FRETBursts - μs-ALEX smFRET burst analysis

This notebook is part of a tutorial series for the FRETBursts burst analysis software.

In this notebook, we present a typical FRETBursts workflow for μs-ALEX smFRET burst analysis. Briefly, we show how to perform background estimation, burst search, burst selection, compute FRET histograms and ALEX histograms, do sub-population selection and finally, FRET efficiency fit.


If you are new to the notebook interface see First Steps before continuing.

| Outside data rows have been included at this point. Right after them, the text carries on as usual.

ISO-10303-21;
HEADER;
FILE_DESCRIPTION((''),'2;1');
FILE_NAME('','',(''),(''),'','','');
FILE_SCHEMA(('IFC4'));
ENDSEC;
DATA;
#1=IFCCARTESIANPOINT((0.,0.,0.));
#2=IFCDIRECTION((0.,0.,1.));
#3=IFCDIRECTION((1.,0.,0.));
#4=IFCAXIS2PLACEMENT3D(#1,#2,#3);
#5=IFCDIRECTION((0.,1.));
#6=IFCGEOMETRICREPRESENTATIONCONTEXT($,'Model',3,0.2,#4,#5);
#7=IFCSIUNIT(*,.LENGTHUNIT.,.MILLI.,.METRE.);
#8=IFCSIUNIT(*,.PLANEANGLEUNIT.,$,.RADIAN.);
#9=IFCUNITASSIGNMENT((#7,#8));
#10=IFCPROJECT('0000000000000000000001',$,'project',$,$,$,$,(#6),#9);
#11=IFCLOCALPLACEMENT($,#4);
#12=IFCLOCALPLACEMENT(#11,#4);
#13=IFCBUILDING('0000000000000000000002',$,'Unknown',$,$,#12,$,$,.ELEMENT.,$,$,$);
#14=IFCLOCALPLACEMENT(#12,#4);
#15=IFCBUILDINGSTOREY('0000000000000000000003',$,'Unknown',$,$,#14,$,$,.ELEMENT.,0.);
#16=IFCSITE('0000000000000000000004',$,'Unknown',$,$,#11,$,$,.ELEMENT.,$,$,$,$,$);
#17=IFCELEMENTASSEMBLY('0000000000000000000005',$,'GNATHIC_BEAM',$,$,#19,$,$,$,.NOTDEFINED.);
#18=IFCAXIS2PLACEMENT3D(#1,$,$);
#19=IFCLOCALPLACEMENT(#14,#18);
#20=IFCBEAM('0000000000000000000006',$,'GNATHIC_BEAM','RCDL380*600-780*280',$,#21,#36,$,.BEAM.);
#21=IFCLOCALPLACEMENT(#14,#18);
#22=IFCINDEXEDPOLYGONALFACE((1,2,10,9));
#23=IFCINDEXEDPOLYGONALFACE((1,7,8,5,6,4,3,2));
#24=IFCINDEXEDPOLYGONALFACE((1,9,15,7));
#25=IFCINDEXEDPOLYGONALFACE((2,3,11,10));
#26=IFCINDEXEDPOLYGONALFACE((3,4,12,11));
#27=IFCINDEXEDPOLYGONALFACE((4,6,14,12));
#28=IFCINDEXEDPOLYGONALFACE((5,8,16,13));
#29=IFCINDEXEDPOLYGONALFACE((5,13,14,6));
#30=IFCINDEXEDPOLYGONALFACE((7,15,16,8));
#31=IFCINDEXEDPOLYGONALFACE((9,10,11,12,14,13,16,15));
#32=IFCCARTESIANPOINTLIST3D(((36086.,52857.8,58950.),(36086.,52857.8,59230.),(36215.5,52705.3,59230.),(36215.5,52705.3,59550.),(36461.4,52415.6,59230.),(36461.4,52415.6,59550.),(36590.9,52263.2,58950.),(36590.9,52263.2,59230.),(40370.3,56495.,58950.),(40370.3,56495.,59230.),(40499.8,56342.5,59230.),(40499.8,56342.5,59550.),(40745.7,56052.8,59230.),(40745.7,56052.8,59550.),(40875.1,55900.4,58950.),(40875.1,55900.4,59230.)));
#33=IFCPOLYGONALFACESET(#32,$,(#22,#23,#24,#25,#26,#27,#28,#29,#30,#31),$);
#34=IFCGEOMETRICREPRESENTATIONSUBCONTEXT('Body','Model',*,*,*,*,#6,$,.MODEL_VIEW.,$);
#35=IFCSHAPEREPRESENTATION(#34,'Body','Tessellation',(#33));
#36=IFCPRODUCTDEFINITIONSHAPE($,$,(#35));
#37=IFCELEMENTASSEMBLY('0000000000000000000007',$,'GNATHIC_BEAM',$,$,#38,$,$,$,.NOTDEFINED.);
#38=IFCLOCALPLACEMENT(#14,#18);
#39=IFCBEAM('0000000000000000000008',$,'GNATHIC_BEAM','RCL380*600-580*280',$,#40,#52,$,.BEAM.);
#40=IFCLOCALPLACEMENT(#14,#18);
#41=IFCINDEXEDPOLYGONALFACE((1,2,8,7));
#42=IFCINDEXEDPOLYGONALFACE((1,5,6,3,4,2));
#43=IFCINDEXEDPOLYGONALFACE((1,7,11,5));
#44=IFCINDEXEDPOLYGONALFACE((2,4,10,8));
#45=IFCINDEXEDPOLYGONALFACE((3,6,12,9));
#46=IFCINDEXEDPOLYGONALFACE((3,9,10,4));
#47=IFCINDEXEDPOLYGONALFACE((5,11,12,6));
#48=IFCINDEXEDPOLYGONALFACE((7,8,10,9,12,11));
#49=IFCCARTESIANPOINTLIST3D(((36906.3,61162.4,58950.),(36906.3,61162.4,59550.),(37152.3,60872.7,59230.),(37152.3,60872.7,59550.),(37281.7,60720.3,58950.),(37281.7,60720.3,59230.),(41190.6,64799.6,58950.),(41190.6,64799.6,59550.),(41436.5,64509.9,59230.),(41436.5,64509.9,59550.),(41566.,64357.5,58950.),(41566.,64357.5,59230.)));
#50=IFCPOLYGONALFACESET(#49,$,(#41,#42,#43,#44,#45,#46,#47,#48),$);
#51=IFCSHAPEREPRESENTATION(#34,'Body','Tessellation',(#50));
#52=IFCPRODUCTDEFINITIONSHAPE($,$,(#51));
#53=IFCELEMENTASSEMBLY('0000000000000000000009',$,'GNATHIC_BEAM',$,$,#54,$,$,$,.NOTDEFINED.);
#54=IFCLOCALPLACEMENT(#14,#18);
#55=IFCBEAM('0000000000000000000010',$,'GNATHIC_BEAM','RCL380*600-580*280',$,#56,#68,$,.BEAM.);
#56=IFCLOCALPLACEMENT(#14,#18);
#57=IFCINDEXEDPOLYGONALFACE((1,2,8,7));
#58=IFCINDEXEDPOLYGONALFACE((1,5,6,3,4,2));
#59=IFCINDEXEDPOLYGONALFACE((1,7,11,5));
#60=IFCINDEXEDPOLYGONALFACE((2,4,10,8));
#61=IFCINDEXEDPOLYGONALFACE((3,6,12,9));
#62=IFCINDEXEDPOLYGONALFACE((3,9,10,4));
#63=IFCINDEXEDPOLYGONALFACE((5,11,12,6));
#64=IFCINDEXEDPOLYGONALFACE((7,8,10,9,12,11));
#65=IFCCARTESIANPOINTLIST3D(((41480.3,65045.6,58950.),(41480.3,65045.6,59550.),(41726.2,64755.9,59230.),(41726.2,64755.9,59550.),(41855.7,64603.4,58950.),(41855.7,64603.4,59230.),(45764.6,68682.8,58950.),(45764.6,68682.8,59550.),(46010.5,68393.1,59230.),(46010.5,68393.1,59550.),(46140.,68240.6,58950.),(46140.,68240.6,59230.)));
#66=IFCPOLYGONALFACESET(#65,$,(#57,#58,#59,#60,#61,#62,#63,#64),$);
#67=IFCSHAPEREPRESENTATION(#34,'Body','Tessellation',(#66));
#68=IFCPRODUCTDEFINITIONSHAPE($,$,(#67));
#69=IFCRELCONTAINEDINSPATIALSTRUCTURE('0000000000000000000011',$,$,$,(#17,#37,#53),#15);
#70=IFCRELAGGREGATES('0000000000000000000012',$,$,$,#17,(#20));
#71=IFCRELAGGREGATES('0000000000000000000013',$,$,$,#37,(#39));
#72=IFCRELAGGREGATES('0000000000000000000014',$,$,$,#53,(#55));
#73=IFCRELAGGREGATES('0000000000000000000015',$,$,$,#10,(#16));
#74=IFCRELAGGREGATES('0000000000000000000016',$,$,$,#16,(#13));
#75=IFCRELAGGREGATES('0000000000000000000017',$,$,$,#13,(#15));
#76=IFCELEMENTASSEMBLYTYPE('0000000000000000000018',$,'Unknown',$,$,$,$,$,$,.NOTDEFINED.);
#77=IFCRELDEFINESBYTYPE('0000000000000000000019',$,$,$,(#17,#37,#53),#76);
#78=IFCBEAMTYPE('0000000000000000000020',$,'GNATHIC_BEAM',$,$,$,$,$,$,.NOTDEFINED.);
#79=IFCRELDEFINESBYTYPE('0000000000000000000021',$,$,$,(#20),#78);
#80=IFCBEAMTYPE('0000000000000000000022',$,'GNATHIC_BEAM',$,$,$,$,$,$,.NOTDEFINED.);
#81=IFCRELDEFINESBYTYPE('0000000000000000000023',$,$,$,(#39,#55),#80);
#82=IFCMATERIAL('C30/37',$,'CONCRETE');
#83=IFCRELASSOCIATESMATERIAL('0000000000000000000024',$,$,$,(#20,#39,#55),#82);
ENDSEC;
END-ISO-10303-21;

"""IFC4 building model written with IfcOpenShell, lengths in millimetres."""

from ifc_helpers import new_model, si_unit, direction, frame, origin_with_axes, place, context, subcontext, project, spatial, polyline, outline, extrude, material, material_profile, profile_set, profile_usage, type_object, element, aggregate, save


model = new_model("IFC4")

# Units and contexts
model_context = context("Model", 3, precision=0.2, world=origin_with_axes(), true_north=direction((0.0, 1.0)))
body_context = subcontext(model_context, "Body", "Model", "MODEL_VIEW")
ifc_project = project(units=[si_unit("LENGTHUNIT", "METRE", prefix="MILLI"), si_unit("PLANEANGLEUNIT", "RADIAN")], contexts=[model_context])

# Site, building, storey
site_placement = place(None, origin_with_axes())
site = spatial("IfcSite", under=ifc_project, at=site_placement, Name="Unknown", CompositionType="ELEMENT")
building_placement = place(site_placement, origin_with_axes())
building = spatial("IfcBuilding", under=site, at=building_placement, Name="Unknown", CompositionType="ELEMENT")
storey_placement = place(building_placement, origin_with_axes())
storey = spatial("IfcBuildingStorey", under=building, at=storey_placement, Name="Unknown", CompositionType="ELEMENT", Elevation=0.0)

# Shared definitions
element_assembly_type = type_object("IfcElementAssemblyType", Name="Unknown", PredefinedType="NOTDEFINED")

# Element assemblies, beams
ifc_material_1 = material(Name="C30/37", Category="CONCRETE")
ifc_material_profile_1 = material_profile(ifc_material_1, outline(polyline([(-390.0, -300.0), (390.0, -300.0), (390.0, -20.0), (190.0, -20.0), (190.0, 300.0), (-190.0, 300.0), (-190.0, -20.0), (-390.0, -20.0), (-390.0, -300.0)])), Name="RCDL380*600-780*280")
ifc_profile_set_1 = profile_set([ifc_material_profile_1])
ifc_profile_usage_1 = profile_usage(ifc_profile_set_1, cardinal=2)
beam_type_1 = type_object("IfcBeamType", Name="GNATHIC_BEAM")
assembly_1_placement = place(storey_placement, frame((36338.5, 52560.5, 59250.0), z_axis=(0.64719, -0.762329, 0.0), x_axis=(0.762329, 0.64719, 0.0)))
assembly_1 = element("IfcElementAssembly", 1, at=assembly_1_placement, inside=storey, type_object=element_assembly_type, Name="GNATHIC_BEAM", PredefinedType="NOTDEFINED")
beam_1_placement = place(assembly_1_placement, origin_with_axes())
beam_1 = element("IfcBeam", 2, at=beam_1_placement, type_object=beam_type_1, material=ifc_profile_usage_1, Name="GNATHIC_BEAM", Description="RCDL380*600-780*280", PredefinedType="BEAM", context=body_context, shape_type="SolidModel", body=[
    extrude(outline(polyline([(-390.0, -300.0), (390.0, -300.0), (390.0, -20.0), (190.0, -20.0), (190.0, 300.0), (-190.0, 300.0), (-190.0, -20.0), (-390.0, -20.0), (-390.0, -300.0)])), frame((0.0, 0.0, 0.0), z_axis=(-1.0, 0.0, 0.0), x_axis=(0.0, 0.0, 1.0)), (0.0, 0.0, -1.0), 5620.0),
])
aggregate(assembly_1, [beam_1])
assembly_2_placement = place(storey_placement, frame((37029.3, 61017.6, 59250.0), z_axis=(0.64719, -0.762329, 0.0), x_axis=(0.762329, 0.64719, 0.0)))
assembly_2 = element("IfcElementAssembly", 3, at=assembly_2_placement, inside=storey, type_object=element_assembly_type, Name="GNATHIC_BEAM", PredefinedType="NOTDEFINED")
ifc_material_profile_2 = material_profile(ifc_material_1, outline(polyline([(-190.0, -300.0), (390.0, -300.0), (390.0, -20.0), (190.0, -20.0), (190.0, 300.0), (-190.0, 300.0), (-190.0, -300.0)])), Name="RCL380*600-580*280")
ifc_profile_set_2 = profile_set([ifc_material_profile_2])
ifc_profile_usage_2 = profile_usage(ifc_profile_set_2, cardinal=2)
beam_type_2 = type_object("IfcBeamType", Name="GNATHIC_BEAM")
beam_2_placement = place(assembly_2_placement, origin_with_axes())
beam_2 = element("IfcBeam", 4, at=beam_2_placement, type_object=beam_type_2, material=ifc_profile_usage_2, Name="GNATHIC_BEAM", Description="RCL380*600-580*280", PredefinedType="BEAM", context=body_context, shape_type="SolidModel", body=[
    extrude(outline(polyline([(-190.0, -300.0), (390.0, -300.0), (390.0, -20.0), (190.0, -20.0), (190.0, 300.0), (-190.0, 300.0), (-190.0, -300.0)])), frame((0.0, 0.0, 0.0), z_axis=(-1.0, 0.0, 0.0), x_axis=(0.0, 0.0, 1.0)), (0.0, 0.0, -1.0), 5620.0),
])
aggregate(assembly_2, [beam_2])
assembly_3_placement = place(storey_placement, frame((41603.3, 64900.7, 59250.0), z_axis=(0.64719, -0.762329, 0.0), x_axis=(0.762329, 0.64719, 0.0)))
assembly_3 = element("IfcElementAssembly", 5, at=assembly_3_placement, inside=storey, type_object=element_assembly_type, Name="GNATHIC_BEAM", PredefinedType="NOTDEFINED")
beam_3_placement = place(assembly_3_placement, origin_with_axes())
beam_3 = element("IfcBeam", 6, at=beam_3_placement, type_object=beam_type_2, material=ifc_profile_usage_2, Name="GNATHIC_BEAM", Description="RCL380*600-580*280", PredefinedType="BEAM", context=body_context, shape_type="SolidModel", body=[
    extrude(outline(polyline([(-190.0, -300.0), (390.0, -300.0), (390.0, -20.0), (190.0, -20.0), (190.0, 300.0), (-190.0, 300.0), (-190.0, -300.0)])), frame((0.0, 0.0, 0.0), z_axis=(-1.0, 0.0, 0.0), x_axis=(0.0, 0.0, 1.0)), (0.0, 0.0, -1.0), 5620.0),
])
aggregate(assembly_3, [beam_3])

save(model, "model.ifc")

Before running the notebook, you can click on menu Cell -> All Output -> Clear to clear all previous output. This will avoid mixing output from current execution and the previously saved one.

Loading the software

We start by loading FRETBursts:

In [1]:
from fretbursts import *
 - Optimized (cython) burst search loaded.
 - Optimized (cython) photon counting loaded.
--------------------------------------------------------------
 You are running FRETBursts (version 0.5.7+0.g7267863.dirty).

 If you use this software please cite the following paper:

   FRETBursts: An Open Source Toolkit for Analysis of Freely-Diffusing Single-Molecule FRET
   Ingargiola et al. (2016). http://dx.doi.org/10.1371/journal.pone.0160716 

--------------------------------------------------------------
Thanks in advance for remembering to cite FRETBursts in publications or presentations!

Note that FRETBursts version string tells you the exact FRETBursts version (and revision) in use. Storing the version in the notebook helps with reproducibility and tracking software regressions.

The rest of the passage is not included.